**About this task:**
Among the lines below, return each one that contains the word "IFCRELAGGREGATES".

**Input material:**
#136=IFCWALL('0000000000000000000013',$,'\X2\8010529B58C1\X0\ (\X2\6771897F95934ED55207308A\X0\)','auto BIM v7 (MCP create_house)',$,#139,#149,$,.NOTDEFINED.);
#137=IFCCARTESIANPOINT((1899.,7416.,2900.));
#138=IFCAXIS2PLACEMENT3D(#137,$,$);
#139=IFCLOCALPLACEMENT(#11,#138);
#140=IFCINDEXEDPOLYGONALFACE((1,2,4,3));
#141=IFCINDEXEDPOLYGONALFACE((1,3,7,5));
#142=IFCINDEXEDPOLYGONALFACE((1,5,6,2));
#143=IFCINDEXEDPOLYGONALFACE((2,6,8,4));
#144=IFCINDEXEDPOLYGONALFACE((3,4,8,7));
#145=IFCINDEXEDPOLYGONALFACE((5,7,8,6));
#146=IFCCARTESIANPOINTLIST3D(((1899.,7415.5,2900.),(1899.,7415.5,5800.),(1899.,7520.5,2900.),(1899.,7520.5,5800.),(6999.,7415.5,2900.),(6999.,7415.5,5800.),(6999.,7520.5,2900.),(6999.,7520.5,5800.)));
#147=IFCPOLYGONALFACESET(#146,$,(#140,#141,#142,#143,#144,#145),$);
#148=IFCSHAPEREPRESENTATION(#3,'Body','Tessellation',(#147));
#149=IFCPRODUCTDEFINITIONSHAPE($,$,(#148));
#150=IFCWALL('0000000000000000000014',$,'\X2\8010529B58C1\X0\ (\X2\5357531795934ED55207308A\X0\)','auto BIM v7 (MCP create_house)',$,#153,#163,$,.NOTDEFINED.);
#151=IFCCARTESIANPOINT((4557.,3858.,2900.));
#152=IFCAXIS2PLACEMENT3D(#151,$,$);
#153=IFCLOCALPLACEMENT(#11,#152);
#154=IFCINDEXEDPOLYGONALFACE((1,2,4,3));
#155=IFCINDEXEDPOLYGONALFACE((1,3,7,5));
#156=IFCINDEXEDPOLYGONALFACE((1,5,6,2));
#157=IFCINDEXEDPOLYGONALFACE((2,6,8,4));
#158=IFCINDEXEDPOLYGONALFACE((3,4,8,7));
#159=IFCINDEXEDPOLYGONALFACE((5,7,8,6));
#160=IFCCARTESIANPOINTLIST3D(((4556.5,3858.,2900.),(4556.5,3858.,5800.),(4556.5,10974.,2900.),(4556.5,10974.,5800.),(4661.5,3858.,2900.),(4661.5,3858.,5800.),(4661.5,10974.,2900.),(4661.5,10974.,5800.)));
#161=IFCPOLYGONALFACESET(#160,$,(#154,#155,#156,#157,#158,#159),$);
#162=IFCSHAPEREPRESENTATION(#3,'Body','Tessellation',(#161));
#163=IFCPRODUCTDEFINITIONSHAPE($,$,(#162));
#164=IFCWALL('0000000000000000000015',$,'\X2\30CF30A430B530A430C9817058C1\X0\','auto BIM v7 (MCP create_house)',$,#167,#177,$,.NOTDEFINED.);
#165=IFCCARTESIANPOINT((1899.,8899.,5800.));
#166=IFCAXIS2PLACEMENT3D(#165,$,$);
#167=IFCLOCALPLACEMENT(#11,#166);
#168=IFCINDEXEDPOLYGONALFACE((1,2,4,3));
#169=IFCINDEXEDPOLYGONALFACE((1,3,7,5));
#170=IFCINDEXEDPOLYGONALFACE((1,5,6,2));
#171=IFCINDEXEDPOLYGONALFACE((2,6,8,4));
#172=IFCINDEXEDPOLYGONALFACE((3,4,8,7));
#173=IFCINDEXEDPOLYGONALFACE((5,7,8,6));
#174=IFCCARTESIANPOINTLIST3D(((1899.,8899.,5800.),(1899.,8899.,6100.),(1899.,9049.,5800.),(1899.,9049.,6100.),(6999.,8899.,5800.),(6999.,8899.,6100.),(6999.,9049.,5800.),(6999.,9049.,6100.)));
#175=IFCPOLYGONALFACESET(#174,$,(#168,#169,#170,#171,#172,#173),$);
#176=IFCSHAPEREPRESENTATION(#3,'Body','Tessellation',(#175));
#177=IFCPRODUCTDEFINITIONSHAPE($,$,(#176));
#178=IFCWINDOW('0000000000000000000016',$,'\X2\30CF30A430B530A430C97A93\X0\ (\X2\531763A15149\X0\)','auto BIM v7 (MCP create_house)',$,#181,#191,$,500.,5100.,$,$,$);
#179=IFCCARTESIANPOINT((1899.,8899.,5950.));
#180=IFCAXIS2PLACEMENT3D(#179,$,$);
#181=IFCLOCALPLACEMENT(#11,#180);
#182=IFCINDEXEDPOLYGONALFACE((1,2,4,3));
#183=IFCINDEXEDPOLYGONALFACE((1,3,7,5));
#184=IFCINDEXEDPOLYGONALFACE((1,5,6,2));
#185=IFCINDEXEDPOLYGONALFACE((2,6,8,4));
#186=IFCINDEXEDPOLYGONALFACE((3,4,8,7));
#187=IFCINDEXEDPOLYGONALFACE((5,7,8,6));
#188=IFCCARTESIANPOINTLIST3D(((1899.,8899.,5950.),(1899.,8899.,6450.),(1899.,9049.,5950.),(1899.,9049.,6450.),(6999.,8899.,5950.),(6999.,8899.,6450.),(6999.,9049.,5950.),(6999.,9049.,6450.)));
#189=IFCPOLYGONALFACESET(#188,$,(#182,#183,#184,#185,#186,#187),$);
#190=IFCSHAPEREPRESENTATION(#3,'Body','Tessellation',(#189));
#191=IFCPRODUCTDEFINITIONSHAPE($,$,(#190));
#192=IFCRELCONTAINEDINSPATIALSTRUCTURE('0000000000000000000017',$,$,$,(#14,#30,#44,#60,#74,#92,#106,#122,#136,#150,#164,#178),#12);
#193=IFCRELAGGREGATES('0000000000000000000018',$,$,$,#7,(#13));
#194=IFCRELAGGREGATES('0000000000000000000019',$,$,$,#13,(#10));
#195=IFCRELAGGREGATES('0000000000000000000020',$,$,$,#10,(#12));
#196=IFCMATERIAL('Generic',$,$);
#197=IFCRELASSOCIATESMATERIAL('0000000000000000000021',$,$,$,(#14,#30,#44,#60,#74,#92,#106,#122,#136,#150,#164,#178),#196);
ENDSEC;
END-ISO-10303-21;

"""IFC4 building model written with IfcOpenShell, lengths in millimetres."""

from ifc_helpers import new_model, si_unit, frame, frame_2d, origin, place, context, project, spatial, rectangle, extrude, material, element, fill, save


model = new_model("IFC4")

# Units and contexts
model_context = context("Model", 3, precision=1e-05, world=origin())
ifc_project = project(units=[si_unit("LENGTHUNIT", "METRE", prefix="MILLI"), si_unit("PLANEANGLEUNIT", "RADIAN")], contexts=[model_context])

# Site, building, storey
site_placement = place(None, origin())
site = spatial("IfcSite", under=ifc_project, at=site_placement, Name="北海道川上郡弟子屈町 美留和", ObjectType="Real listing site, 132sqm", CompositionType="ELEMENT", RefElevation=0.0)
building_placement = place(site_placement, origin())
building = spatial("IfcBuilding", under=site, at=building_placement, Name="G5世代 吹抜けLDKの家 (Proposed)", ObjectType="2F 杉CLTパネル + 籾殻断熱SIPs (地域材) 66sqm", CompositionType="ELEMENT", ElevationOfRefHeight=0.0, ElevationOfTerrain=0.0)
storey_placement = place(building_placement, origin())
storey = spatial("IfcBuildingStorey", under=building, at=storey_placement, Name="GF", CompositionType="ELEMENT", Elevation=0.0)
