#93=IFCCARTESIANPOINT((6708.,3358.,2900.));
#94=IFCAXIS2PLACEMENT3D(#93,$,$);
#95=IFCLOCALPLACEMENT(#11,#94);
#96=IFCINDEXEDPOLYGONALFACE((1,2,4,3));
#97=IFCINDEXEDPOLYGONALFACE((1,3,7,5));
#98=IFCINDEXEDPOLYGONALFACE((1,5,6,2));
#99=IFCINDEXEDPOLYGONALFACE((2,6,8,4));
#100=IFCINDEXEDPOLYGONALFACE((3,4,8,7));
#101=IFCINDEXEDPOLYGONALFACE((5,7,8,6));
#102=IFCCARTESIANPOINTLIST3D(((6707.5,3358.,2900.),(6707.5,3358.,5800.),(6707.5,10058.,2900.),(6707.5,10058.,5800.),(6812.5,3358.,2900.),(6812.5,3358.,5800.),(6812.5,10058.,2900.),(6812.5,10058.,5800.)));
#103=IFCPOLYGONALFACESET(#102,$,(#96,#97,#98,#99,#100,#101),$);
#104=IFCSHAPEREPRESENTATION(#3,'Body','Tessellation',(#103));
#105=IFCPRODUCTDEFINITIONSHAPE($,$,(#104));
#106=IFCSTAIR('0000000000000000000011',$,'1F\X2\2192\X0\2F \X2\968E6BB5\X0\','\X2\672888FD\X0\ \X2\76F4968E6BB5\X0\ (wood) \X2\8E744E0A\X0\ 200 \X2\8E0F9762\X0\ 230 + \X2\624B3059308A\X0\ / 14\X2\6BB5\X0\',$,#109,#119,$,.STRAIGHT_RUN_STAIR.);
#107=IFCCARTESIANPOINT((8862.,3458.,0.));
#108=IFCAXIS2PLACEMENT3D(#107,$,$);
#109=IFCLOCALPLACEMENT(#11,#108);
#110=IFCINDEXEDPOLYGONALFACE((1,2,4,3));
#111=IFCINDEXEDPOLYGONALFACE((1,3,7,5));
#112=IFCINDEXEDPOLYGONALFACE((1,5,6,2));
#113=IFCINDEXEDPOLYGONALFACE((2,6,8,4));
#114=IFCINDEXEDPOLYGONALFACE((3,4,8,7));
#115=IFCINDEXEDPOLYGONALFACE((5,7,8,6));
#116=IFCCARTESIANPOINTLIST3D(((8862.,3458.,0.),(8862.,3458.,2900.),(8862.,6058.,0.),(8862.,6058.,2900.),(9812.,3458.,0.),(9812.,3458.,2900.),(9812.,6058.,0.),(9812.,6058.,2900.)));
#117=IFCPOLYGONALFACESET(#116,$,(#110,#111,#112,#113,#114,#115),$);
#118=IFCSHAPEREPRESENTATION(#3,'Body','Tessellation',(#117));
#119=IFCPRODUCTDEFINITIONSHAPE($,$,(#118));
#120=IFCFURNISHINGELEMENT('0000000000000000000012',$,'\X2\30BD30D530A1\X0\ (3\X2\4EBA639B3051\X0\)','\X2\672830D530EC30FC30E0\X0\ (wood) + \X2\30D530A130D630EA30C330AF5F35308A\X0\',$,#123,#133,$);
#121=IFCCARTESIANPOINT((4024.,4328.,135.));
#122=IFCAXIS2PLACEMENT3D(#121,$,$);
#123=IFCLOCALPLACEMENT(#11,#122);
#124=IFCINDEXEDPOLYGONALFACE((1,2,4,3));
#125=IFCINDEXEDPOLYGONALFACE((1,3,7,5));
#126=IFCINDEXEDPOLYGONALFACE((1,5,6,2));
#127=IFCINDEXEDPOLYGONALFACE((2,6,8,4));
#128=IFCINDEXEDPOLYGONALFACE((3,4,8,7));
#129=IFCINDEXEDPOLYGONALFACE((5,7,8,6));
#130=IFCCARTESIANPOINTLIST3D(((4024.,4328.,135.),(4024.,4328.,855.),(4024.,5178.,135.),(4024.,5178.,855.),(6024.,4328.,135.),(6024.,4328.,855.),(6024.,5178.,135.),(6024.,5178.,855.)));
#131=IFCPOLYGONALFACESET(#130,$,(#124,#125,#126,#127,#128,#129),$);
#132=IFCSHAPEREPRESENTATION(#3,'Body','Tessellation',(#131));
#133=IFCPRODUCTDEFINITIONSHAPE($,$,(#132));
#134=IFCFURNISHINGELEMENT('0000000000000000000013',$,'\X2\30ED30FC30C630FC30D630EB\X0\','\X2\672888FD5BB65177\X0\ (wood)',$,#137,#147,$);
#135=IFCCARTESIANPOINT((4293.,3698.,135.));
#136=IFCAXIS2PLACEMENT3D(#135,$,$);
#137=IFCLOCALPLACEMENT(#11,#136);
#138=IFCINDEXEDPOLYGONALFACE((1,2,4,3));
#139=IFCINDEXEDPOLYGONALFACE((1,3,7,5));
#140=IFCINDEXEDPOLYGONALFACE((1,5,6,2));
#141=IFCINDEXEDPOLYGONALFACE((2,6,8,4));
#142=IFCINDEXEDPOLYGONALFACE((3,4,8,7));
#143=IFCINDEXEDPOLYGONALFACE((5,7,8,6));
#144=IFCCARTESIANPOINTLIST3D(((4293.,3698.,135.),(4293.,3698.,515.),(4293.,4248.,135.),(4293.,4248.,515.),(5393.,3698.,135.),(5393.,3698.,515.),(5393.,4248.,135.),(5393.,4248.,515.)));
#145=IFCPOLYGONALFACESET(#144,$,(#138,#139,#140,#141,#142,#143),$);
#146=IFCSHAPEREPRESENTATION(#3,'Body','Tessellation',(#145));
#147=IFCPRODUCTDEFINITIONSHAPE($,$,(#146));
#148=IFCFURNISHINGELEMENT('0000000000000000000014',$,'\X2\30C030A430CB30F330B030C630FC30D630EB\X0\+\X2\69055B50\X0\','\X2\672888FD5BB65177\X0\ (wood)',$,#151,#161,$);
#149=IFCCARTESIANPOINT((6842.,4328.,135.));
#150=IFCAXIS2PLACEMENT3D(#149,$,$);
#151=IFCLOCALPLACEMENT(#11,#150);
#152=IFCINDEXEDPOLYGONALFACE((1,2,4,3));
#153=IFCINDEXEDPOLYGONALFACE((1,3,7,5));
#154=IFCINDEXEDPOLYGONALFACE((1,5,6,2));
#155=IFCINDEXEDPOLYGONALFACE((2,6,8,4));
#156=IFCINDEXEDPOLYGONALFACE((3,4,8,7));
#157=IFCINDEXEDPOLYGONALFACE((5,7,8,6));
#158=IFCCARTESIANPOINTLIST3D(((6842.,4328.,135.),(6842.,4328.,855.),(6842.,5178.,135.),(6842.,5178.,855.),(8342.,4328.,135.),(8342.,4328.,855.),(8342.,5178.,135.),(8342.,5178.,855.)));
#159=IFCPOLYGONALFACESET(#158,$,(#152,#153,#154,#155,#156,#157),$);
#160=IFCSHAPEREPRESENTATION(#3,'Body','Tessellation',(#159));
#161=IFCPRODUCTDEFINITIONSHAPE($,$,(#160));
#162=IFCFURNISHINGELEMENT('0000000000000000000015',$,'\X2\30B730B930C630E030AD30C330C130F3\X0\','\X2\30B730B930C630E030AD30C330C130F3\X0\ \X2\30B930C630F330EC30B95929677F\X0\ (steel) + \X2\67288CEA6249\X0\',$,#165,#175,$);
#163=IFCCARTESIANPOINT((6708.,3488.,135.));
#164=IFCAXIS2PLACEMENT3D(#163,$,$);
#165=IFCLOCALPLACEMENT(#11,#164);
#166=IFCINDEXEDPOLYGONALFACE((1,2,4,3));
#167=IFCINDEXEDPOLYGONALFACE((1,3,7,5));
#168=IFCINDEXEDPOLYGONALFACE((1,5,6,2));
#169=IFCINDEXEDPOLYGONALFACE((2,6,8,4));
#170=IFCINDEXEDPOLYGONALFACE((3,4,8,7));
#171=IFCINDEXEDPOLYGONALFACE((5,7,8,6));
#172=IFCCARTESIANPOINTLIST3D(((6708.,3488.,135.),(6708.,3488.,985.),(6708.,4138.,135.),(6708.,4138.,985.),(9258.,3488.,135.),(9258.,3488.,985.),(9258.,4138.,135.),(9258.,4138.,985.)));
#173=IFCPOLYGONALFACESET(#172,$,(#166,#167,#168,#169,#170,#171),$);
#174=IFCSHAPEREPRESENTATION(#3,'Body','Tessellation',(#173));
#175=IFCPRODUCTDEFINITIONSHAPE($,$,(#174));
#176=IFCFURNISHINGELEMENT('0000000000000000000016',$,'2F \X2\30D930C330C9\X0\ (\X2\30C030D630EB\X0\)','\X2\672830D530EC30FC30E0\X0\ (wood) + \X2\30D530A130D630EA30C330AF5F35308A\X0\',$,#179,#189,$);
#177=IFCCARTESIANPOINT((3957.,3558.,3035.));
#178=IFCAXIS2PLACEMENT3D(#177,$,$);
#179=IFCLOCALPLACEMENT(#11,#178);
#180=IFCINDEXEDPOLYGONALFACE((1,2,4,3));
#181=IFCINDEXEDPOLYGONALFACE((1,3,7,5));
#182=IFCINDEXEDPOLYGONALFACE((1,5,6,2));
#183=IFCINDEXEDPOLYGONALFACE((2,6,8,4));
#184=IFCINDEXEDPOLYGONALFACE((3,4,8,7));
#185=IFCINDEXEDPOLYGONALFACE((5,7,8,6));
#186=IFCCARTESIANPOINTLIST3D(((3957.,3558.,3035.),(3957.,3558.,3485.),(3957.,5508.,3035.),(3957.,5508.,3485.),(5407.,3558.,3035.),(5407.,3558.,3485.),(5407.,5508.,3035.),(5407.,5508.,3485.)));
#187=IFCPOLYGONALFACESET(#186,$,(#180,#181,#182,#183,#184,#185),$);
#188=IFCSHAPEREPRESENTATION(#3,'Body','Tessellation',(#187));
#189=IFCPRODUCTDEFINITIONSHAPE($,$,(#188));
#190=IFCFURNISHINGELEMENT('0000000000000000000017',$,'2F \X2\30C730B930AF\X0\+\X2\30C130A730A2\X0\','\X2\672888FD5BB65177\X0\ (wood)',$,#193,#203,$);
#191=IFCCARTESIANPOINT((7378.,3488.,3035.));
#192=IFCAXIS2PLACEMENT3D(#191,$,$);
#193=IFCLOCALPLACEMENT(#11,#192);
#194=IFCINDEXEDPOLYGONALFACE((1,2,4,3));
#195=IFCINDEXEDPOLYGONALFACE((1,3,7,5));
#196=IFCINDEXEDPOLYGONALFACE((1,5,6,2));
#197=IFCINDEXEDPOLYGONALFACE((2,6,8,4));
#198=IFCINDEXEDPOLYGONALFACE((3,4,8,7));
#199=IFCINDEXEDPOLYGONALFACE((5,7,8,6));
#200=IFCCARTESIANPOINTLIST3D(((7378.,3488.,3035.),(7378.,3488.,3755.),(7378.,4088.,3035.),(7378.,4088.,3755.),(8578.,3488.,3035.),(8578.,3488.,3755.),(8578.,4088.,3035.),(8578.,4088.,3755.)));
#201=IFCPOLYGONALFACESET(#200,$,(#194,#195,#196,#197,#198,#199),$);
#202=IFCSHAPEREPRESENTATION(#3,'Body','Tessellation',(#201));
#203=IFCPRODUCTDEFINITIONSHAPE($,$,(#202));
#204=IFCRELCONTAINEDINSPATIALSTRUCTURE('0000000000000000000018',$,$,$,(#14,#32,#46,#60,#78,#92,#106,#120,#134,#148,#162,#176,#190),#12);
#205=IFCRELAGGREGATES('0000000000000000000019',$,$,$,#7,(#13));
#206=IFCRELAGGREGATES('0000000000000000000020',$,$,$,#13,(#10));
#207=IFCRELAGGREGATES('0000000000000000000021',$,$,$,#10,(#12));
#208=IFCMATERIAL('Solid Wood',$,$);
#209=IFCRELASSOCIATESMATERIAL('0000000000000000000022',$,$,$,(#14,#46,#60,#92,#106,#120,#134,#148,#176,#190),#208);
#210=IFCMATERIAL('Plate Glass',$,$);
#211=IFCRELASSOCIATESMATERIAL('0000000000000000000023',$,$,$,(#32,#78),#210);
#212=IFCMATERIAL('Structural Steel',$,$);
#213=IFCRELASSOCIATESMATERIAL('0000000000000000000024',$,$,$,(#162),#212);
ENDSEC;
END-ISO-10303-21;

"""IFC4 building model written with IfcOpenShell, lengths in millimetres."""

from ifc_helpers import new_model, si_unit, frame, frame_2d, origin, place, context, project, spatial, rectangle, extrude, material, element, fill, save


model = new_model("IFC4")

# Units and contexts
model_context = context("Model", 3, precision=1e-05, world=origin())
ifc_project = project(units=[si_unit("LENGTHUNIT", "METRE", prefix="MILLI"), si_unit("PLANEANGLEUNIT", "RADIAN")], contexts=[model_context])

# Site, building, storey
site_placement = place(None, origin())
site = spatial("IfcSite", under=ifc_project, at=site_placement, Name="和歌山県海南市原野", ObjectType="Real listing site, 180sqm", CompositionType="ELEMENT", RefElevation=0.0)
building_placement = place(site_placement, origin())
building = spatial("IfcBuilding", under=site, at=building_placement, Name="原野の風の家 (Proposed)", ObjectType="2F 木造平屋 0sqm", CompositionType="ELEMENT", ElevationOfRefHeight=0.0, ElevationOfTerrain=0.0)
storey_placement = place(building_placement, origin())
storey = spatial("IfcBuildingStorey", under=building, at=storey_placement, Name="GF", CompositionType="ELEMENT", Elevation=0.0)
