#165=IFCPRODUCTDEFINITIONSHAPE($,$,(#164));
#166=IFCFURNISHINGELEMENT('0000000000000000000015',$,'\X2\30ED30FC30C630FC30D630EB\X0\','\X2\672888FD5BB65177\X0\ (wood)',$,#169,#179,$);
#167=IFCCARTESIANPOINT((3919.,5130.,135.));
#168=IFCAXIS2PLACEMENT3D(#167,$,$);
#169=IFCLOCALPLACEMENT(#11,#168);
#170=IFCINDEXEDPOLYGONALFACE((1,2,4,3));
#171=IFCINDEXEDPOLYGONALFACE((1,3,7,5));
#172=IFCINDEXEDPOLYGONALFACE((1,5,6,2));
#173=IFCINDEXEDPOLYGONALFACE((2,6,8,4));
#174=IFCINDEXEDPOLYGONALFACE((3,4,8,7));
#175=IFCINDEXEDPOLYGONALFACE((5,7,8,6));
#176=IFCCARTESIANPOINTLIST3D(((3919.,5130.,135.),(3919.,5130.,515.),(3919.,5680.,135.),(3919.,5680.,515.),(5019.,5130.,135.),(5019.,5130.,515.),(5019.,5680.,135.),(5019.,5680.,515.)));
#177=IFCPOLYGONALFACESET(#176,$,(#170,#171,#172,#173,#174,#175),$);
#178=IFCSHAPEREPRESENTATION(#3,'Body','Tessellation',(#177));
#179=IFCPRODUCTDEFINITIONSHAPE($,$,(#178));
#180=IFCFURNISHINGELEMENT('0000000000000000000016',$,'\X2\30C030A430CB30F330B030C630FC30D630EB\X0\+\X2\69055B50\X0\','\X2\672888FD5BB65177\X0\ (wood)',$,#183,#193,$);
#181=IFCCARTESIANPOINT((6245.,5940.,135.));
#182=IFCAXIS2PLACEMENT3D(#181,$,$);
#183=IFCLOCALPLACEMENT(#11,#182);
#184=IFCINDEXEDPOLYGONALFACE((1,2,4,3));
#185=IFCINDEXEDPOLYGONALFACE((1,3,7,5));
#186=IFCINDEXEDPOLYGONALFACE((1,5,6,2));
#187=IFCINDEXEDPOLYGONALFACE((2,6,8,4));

**Solution to the exercise:**
#193=IFCRELAGGREGATES('0000000000000000000018',$,$,$,#7,(#13));
#194=IFCRELAGGREGATES('0000000000000000000019',$,$,$,#13,(#10));
#195=IFCRELAGGREGATES('0000000000000000000020',$,$,$,#10,(#12));
#205=IFCRELAGGREGATES('0000000000000000000019',$,$,$,#7,(#13));
#206=IFCRELAGGREGATES('0000000000000000000020',$,$,$,#13,(#10));
#207=IFCRELAGGREGATES('0000000000000000000021',$,$,$,#10,(#12));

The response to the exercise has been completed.